A study on jury discrimination in the south conducted by the Equal Justice Initiative (EJI) suggested that, even when prosecutors used veiled race-based reasons to strike potential Black jurors, Tennessee’s appellate courts rarely reversed decisions. At the time of EJI’s study—and continuing for an additional six years—Tennessee was the only state studied whose appellate courts had never granted relief in a criminal case because of jury discrimination. The report attributed this anomaly to the failure of trial counsel to properly raise objections at trial and the “reluctance by appellate judges to find racial bias when claims are presented.”
- The Department of Justice’s investigation into Shelby County’s juvenile justice system found that “the data show that in certain phases of the County’s juvenile justice system, race is—in and of itself—a significant contributing factor, even after factoring in legal variables.

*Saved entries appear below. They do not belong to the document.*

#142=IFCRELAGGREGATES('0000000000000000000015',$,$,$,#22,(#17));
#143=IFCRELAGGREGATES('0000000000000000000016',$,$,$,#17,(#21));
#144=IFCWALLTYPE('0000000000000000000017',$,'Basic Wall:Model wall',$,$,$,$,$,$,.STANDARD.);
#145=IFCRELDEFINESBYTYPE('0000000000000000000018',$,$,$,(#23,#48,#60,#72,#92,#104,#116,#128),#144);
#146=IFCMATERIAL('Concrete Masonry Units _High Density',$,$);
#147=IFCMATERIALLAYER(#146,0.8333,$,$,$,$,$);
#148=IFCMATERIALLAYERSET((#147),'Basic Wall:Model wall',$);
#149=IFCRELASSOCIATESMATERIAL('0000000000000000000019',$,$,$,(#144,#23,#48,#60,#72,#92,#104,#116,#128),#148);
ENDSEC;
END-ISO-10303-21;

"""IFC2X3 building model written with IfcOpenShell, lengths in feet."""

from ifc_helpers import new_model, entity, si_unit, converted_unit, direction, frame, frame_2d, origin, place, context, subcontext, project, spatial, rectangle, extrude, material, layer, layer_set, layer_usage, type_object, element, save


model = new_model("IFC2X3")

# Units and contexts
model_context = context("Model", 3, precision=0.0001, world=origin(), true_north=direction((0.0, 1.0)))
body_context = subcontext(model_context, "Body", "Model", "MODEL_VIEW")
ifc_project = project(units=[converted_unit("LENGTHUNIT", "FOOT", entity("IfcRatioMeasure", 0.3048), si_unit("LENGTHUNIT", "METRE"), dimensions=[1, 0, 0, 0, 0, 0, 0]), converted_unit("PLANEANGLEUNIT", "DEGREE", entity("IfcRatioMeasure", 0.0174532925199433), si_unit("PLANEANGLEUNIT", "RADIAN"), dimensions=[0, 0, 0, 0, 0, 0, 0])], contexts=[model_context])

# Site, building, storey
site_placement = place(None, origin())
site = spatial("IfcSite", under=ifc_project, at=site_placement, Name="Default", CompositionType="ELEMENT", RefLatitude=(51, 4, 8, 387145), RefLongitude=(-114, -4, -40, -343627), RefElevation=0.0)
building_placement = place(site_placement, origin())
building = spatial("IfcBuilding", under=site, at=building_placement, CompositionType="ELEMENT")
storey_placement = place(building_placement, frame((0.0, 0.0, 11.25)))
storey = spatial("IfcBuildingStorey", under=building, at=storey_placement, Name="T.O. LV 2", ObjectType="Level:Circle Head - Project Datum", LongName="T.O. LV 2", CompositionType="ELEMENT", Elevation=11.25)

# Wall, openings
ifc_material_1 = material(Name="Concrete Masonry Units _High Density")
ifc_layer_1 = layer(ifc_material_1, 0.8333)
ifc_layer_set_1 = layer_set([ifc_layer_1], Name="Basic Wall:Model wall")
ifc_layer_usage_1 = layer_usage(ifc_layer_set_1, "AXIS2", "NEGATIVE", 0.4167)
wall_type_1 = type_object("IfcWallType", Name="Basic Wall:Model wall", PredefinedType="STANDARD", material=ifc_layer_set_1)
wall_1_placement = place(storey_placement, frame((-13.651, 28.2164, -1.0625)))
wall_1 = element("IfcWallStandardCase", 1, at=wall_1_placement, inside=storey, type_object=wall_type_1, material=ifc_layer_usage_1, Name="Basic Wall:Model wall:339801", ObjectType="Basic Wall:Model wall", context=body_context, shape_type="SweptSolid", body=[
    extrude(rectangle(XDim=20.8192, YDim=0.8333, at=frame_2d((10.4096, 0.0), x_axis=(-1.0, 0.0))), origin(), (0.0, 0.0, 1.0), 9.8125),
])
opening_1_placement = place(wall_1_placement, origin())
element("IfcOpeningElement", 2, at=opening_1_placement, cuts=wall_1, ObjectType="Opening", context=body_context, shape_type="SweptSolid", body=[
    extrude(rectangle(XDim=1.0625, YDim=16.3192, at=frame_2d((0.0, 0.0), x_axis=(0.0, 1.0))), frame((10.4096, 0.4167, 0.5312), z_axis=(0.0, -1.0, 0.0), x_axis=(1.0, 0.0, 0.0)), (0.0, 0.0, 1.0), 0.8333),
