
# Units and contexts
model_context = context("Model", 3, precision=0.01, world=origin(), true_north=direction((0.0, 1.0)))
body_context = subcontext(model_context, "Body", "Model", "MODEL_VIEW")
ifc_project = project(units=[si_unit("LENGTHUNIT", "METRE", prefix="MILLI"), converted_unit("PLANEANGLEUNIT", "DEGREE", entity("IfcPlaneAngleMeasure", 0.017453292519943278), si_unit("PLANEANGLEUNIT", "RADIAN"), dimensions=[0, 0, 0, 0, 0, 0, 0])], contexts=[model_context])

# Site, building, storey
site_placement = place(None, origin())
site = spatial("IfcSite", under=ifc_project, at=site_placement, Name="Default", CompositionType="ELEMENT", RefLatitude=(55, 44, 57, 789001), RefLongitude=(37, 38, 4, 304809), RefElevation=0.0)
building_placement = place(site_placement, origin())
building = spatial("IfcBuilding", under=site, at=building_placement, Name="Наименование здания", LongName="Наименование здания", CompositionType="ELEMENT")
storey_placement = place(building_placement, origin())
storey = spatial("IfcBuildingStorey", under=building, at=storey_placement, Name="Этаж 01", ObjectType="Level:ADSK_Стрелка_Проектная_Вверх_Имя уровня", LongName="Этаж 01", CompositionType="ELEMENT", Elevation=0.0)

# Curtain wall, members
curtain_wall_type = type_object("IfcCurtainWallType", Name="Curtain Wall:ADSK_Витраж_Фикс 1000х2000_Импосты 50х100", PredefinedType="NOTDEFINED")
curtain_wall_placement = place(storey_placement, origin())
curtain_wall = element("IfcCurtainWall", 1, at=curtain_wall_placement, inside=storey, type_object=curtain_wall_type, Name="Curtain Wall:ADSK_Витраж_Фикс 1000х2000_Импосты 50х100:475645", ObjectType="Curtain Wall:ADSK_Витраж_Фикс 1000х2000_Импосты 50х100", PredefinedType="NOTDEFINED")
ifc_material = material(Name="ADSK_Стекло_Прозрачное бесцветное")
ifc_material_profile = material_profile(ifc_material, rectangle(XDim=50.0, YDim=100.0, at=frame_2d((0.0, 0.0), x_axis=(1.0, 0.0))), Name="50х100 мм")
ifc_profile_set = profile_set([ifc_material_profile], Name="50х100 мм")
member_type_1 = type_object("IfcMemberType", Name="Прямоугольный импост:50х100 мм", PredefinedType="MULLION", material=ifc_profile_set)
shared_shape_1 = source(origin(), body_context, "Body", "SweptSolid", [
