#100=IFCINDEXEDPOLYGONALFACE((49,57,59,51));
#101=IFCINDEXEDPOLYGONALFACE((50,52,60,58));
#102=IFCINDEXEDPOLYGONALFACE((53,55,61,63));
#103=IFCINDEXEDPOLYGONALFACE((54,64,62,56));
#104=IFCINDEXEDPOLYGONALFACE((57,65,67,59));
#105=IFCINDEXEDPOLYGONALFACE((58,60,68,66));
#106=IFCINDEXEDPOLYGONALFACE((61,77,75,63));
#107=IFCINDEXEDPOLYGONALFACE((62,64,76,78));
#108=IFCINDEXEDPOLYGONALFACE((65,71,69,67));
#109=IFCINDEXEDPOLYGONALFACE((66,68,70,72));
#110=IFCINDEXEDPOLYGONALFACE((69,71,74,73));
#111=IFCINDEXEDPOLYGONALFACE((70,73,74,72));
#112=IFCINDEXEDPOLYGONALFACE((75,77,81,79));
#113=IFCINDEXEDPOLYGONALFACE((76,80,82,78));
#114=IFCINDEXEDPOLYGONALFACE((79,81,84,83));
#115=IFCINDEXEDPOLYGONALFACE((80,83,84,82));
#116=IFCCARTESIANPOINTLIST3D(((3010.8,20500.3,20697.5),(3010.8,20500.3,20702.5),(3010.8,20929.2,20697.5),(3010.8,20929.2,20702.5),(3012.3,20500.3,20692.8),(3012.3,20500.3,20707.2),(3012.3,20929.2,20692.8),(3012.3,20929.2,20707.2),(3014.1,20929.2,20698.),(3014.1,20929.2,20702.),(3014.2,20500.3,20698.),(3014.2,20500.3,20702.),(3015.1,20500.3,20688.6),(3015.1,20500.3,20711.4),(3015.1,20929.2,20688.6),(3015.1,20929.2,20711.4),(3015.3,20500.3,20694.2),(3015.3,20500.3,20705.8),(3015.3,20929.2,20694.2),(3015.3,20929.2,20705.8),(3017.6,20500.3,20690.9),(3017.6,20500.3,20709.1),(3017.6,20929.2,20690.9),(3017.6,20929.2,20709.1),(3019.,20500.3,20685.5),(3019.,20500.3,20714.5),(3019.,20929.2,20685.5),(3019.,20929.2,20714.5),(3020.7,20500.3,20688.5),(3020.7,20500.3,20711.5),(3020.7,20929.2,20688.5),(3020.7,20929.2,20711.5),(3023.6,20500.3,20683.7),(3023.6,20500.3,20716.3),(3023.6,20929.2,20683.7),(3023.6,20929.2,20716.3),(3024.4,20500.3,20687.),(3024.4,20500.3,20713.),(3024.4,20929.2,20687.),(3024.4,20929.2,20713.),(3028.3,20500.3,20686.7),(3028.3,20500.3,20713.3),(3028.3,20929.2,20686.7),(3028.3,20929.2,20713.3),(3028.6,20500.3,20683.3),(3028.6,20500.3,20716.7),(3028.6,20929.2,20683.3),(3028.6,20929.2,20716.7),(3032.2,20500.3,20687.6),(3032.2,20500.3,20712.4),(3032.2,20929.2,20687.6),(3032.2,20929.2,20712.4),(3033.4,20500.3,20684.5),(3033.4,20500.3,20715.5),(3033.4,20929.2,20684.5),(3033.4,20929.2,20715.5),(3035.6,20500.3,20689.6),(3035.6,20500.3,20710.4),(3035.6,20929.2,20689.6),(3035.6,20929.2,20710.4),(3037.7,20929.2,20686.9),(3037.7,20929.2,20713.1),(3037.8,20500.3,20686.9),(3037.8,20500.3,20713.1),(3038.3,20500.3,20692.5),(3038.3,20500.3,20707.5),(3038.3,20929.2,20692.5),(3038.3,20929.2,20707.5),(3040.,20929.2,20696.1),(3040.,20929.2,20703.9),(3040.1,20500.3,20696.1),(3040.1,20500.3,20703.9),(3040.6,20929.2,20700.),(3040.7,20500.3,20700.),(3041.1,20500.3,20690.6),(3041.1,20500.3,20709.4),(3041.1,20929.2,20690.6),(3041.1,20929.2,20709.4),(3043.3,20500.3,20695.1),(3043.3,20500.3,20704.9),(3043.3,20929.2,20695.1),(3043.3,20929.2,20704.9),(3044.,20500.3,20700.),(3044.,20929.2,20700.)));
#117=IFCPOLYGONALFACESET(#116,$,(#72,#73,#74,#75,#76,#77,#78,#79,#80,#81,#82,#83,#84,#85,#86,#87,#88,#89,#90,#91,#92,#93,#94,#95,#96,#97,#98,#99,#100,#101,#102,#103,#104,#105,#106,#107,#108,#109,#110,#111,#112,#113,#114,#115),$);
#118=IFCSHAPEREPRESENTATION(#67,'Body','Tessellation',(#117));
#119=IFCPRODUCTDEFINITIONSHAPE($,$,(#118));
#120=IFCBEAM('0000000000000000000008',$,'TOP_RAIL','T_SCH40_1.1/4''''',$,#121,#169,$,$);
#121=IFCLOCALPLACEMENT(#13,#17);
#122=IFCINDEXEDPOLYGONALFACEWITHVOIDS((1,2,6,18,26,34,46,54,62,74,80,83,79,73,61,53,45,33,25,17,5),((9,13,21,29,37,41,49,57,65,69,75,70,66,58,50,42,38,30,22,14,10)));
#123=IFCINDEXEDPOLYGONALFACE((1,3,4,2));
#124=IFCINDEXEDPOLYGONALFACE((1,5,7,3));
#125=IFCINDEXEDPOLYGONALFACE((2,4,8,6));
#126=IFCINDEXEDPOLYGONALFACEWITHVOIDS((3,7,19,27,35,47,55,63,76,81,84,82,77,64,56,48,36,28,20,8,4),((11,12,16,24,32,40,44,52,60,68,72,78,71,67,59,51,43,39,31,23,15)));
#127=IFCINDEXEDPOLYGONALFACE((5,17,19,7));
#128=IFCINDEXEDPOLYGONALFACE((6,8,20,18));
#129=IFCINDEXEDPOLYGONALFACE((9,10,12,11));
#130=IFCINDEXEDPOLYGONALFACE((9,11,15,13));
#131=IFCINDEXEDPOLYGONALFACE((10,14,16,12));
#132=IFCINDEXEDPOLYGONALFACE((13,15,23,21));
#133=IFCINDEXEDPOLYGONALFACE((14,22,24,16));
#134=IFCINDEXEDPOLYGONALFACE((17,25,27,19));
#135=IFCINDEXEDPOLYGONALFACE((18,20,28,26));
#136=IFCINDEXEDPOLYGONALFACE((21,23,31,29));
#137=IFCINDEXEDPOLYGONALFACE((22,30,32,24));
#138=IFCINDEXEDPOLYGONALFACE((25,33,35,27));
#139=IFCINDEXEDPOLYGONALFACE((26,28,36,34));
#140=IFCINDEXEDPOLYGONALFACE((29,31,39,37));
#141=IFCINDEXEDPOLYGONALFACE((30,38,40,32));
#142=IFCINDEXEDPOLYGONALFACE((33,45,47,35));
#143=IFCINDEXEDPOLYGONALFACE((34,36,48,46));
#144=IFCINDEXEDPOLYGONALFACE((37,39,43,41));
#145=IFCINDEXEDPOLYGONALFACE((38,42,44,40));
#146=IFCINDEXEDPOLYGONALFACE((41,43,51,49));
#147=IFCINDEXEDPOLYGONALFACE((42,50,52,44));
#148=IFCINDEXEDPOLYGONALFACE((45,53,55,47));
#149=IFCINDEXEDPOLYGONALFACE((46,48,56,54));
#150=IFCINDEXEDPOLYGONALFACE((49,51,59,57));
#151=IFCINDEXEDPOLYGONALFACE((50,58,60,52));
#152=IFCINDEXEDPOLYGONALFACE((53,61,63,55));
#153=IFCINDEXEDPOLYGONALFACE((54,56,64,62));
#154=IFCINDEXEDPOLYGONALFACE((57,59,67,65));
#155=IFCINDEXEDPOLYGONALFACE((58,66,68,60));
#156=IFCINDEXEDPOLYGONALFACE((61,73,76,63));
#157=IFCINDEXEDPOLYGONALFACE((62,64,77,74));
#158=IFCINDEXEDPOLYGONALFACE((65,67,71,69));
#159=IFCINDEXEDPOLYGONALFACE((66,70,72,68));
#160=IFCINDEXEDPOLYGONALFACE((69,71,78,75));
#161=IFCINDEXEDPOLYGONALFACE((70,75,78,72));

In 2013, the U.S. Department of Justice launched an investigation into Shelby County’s juvenile justice system. The investigation revealed that Shelby County was targeting youth of color, especially Black children, for prosecution in juvenile court. The investigation also found that Shelby County was transferring children—especially Black children—from juvenile courts to adult courts at a very high rate and was failing to “provide adequate due process protections for children before transferring them to the adult criminal court.” Investigators concluded that “[the Juvenile Court of Memphis and Shelby County] transfers Black children to adult criminal court more than two times as often than white children…. This disproportionate impact cannot be explained by factors other than race.”
Criminal histories developed as children have been shown to have a lasting effect. A study that analyzed the effect of juvenile records on those convicted of first-degree murder in Tennessee found that juries returned death sentences in 51.9% of capital convictions where the defendant had a juvenile record.The likelihood of a jury returning a death verdict for a defendant with one or two prior felonies was actually lower than the likelihood of returning a death verdict for defendants with juvenile records.